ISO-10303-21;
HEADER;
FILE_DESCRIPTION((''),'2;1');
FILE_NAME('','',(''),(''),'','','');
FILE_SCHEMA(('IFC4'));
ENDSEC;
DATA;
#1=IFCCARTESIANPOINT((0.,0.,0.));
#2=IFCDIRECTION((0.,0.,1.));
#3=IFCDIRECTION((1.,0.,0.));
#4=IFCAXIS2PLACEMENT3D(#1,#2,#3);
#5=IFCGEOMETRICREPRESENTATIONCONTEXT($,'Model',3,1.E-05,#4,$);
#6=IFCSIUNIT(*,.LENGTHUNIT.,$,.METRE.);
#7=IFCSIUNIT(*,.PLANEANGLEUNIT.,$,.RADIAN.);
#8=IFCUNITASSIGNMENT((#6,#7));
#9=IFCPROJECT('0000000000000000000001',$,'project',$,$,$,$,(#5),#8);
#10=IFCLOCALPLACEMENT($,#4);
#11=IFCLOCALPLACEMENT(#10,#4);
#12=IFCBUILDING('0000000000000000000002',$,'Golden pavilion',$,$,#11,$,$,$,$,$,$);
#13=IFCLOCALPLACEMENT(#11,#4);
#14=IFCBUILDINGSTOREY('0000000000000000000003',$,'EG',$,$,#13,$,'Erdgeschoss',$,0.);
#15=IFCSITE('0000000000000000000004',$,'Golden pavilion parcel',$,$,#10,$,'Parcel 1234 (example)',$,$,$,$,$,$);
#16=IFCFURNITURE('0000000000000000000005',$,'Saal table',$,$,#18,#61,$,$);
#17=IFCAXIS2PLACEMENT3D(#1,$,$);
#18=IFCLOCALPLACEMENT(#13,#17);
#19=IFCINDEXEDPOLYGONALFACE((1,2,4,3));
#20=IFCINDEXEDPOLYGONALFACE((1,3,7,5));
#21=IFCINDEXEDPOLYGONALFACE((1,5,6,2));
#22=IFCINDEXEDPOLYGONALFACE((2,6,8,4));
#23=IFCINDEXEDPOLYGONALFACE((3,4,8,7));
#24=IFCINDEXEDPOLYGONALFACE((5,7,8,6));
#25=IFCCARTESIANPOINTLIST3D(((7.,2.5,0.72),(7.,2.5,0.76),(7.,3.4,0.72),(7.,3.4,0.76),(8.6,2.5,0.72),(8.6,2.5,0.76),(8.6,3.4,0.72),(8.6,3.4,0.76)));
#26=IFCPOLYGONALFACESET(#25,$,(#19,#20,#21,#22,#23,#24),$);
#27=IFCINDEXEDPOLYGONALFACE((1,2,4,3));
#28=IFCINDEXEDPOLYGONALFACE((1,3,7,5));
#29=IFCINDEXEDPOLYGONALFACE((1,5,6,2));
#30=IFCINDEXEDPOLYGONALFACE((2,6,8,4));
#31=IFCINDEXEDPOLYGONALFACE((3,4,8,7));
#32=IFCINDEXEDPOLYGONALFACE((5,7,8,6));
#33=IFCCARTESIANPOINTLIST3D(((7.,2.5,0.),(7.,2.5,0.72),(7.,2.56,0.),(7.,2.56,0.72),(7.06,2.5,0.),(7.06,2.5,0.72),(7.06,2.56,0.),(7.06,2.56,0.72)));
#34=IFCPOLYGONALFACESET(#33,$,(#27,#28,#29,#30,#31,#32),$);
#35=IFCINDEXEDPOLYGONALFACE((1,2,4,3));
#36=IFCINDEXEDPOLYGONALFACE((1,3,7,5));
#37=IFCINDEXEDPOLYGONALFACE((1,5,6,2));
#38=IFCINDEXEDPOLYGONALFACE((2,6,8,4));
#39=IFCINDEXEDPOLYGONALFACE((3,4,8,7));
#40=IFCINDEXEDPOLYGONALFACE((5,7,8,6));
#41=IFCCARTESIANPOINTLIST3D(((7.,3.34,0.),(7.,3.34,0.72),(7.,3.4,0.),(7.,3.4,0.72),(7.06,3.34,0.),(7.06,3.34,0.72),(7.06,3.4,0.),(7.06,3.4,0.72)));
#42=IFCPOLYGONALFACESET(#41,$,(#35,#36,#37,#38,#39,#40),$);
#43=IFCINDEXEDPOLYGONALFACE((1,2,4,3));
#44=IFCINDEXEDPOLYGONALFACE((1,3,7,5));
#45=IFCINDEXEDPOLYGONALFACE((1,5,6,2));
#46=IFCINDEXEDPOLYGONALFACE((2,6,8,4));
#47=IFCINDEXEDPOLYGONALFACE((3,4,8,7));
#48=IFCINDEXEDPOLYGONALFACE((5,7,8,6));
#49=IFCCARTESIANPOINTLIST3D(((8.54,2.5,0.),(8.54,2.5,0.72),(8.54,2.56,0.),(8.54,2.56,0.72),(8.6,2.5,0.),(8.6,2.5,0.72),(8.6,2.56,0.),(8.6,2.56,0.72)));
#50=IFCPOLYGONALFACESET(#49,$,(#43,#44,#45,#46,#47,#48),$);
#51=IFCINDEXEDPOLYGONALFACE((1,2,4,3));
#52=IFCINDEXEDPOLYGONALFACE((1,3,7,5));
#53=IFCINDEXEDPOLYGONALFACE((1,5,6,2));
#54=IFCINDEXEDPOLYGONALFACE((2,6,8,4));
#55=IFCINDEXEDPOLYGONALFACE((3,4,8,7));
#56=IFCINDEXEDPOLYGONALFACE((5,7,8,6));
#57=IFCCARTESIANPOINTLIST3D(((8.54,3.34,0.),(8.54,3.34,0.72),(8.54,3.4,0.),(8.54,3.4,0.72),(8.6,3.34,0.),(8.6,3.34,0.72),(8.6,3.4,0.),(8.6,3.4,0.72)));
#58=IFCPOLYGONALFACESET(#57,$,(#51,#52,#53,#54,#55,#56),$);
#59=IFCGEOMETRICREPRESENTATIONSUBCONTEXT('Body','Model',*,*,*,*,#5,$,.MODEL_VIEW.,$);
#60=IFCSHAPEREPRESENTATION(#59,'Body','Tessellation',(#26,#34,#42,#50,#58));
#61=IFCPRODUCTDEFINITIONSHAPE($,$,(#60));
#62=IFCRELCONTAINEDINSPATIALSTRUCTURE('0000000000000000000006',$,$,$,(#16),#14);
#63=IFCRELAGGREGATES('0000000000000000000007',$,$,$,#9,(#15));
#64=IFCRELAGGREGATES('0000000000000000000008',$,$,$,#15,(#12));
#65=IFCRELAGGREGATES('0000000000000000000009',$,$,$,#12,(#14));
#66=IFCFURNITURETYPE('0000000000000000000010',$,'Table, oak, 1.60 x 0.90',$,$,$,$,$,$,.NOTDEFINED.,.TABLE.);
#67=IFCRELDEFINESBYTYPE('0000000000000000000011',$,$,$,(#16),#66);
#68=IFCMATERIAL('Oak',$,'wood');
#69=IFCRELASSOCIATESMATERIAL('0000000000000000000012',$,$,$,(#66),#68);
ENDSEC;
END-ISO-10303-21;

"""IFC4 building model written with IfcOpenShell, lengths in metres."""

from ifc_helpers import new_model, si_unit, frame, origin_with_axes, place, context, subcontext, project, spatial, line, indexed_curve, outline, extrude, source, transform, mapped, material, type_object, type_shapes, element, save


model = new_model("IFC4")

# Units and contexts
model_context = context("Model", 3, precision=1e-05, world=origin_with_axes())
body_context = subcontext(model_context, "Body", "Model", "MODEL_VIEW")
ifc_project = project(units=[si_unit("LENGTHUNIT", "METRE"), si_unit("PLANEANGLEUNIT", "RADIAN")], contexts=[model_context])

# Site, building, storey
site_placement = place(None, origin_with_axes())
site = spatial("IfcSite", under=ifc_project, at=site_placement, Name="Golden pavilion parcel", LongName="Parcel 1234 (example)")
building_placement = place(site_placement, origin_with_axes())
building = spatial("IfcBuilding", under=site, at=building_placement, Name="Golden pavilion")
storey_placement = place(building_placement, origin_with_axes())
storey = spatial("IfcBuildingStorey", under=building, at=storey_placement, Name="EG", LongName="Erdgeschoss", Elevation=0.0)

# Shared definitions
ifc_material_1 = material(Name="Oak", Category="wood")

# Furniture
furniture_type_1 = type_object("IfcFurnitureType", Name="Table, oak, 1.60 x 0.90", AssemblyPlace="NOTDEFINED", PredefinedType="TABLE", material=ifc_material_1)
shared_shape_1 = source(origin_with_axes(), body_context, "Body", "SweptSolid", [
    extrude(outline(indexed_curve([(-0.8, -0.45), (0.8, -0.45), (0.8, 0.45), (-0.8, 0.45)], segments=[line(1, 2, 3, 4, 1)])), frame((0.0, 0.0, 0.72), z_axis=(0.0, 0.0, 1.0), x_axis=(1.0, 0.0, 0.0)), (0.0, 0.0, 1.0), 0.04),
    extrude(outline(indexed_curve([(-0.8, -0.45), (-0.74, -0.45), (-0.74, -0.39), (-0.8, -0.39)], segments=[line(1, 2, 3, 4, 1)])), origin_with_axes(), (0.0, 0.0, 1.0), 0.72),
    extrude(outline(indexed_curve([(-0.8, 0.39), (-0.74, 0.39), (-0.74, 0.45), (-0.8, 0.45)], segments=[line(1, 2, 3, 4, 1)])), origin_with_axes(), (0.0, 0.0, 1.0), 0.72),
    extrude(outline(indexed_curve([(0.74, -0.45), (0.8, -0.45), (0.8, -0.39), (0.74, -0.39)], segments=[line(1, 2, 3, 4, 1)])), origin_with_axes(), (0.0, 0.0, 1.0), 0.72),
    extrude(outline(indexed_curve([(0.74, 0.39), (0.8, 0.39), (0.8, 0.45), (0.74, 0.45)], segments=[line(1, 2, 3, 4, 1)])), origin_with_axes(), (0.0, 0.0, 1.0), 0.72),
])
type_shapes(furniture_type_1, [shared_shape_1])
furniture_placement = place(storey_placement, frame((7.8, 2.95, 0.0), z_axis=(0.0, 0.0, 1.0), x_axis=(1.0, 0.0, 0.0)))
element("IfcFurniture", 1, at=furniture_placement, inside=storey, type_object=furniture_type_1, Name="Saal table", context=body_context, shape_type="MappedRepresentation", body=[
    mapped(shared_shape_1, transform((0.0, 0.0, 0.0), x_axis=(1.0, 0.0, 0.0), y_axis=(0.0, 1.0, 0.0), z_axis=(0.0, 0.0, 1.0), scale=1.0)),
])

save(model, "model.ifc")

==========

_WORK ORDER_.
Please give an exact copy of the entries above, from the line with "#26=IFCPOLYGONALFACESET(#25,$,(#19,#20,#21,#22,#23,#24),$);" down to the line with "#58=IFCPOLYGONALFACESET(#57,$,(#51,#52,#53,#54,#55,#56),$);", inclusive, and nothing else.

_EXERCISE RESULT_.
#26=IFCPOLYGONALFACESET(#25,$,(#19,#20,#21,#22,#23,#24),$);
#27=IFCINDEXEDPOLYGONALFACE((1,2,4,3));
#28=IFCINDEXEDPOLYGONALFACE((1,3,7,5));
#29=IFCINDEXEDPOLYGONALFACE((1,5,6,2));
#30=IFCINDEXEDPOLYGONALFACE((2,6,8,4));
#31=IFCINDEXEDPOLYGONALFACE((3,4,8,7));
#32=IFCINDEXEDPOLYGONALFACE((5,7,8,6));
#33=IFCCARTESIANPOINTLIST3D(((7.,2.5,0.),(7.,2.5,0.72),(7.,2.56,0.),(7.,2.56,0.72),(7.06,2.5,0.),(7.06,2.5,0.72),(7.06,2.56,0.),(7.06,2.56,0.72)));
#34=IFCPOLYGONALFACESET(#33,$,(#27,#28,#29,#30,#31,#32),$);
#35=IFCINDEXEDPOLYGONALFACE((1,2,4,3));
#36=IFCINDEXEDPOLYGONALFACE((1,3,7,5));
#37=IFCINDEXEDPOLYGONALFACE((1,5,6,2));
#38=IFCINDEXEDPOLYGONALFACE((2,6,8,4));
#39=IFCINDEXEDPOLYGONALFACE((3,4,8,7));
#40=IFCINDEXEDPOLYGONALFACE((5,7,8,6));
#41=IFCCARTESIANPOINTLIST3D(((7.,3.34,0.),(7.,3.34,0.72),(7.,3.4,0.),(7.,3.4,0.72),(7.06,3.34,0.),(7.06,3.34,0.72),(7.06,3.4,0.),(7.06,3.4,0.72)));
#42=IFCPOLYGONALFACESET(#41,$,(#35,#36,#37,#38,#39,#40),$);
#43=IFCINDEXEDPOLYGONALFACE((1,2,4,3));
#44=IFCINDEXEDPOLYGONALFACE((1,3,7,5));
#45=IFCINDEXEDPOLYGONALFACE((1,5,6,2));
#46=IFCINDEXEDPOLYGONALFACE((2,6,8,4));
#47=IFCINDEXEDPOLYGONALFACE((3,4,8,7));
#48=IFCINDEXEDPOLYGONALFACE((5,7,8,6));
#49=IFCCARTESIANPOINTLIST3D(((8.54,2.5,0.),(8.54,2.5,0.72),(8.54,2.56,0.),(8.54,2.56,0.72),(8.6,2.5,0.),(8.6,2.5,0.72),(8.6,2.56,0.),(8.6,2.56,0.72)));
#50=IFCPOLYGONALFACESET(#49,$,(#43,#44,#45,#46,#47,#48),$);
#51=IFCINDEXEDPOLYGONALFACE((1,2,4,3));
#52=IFCINDEXEDPOLYGONALFACE((1,3,7,5));
#53=IFCINDEXEDPOLYGONALFACE((1,5,6,2));
#54=IFCINDEXEDPOLYGONALFACE((2,6,8,4));
#55=IFCINDEXEDPOLYGONALFACE((3,4,8,7));
#56=IFCINDEXEDPOLYGONALFACE((5,7,8,6));
#57=IFCCARTESIANPOINTLIST3D(((8.54,3.34,0.),(8.54,3.34,0.72),(8.54,3.4,0.),(8.54,3.4,0.72),(8.6,3.34,0.),(8.6,3.34,0.72),(8.6,3.4,0.),(8.6,3.4,0.72)));
#58=IFCPOLYGONALFACESET(#57,$,(#51,#52,#53,#54,#55,#56),$);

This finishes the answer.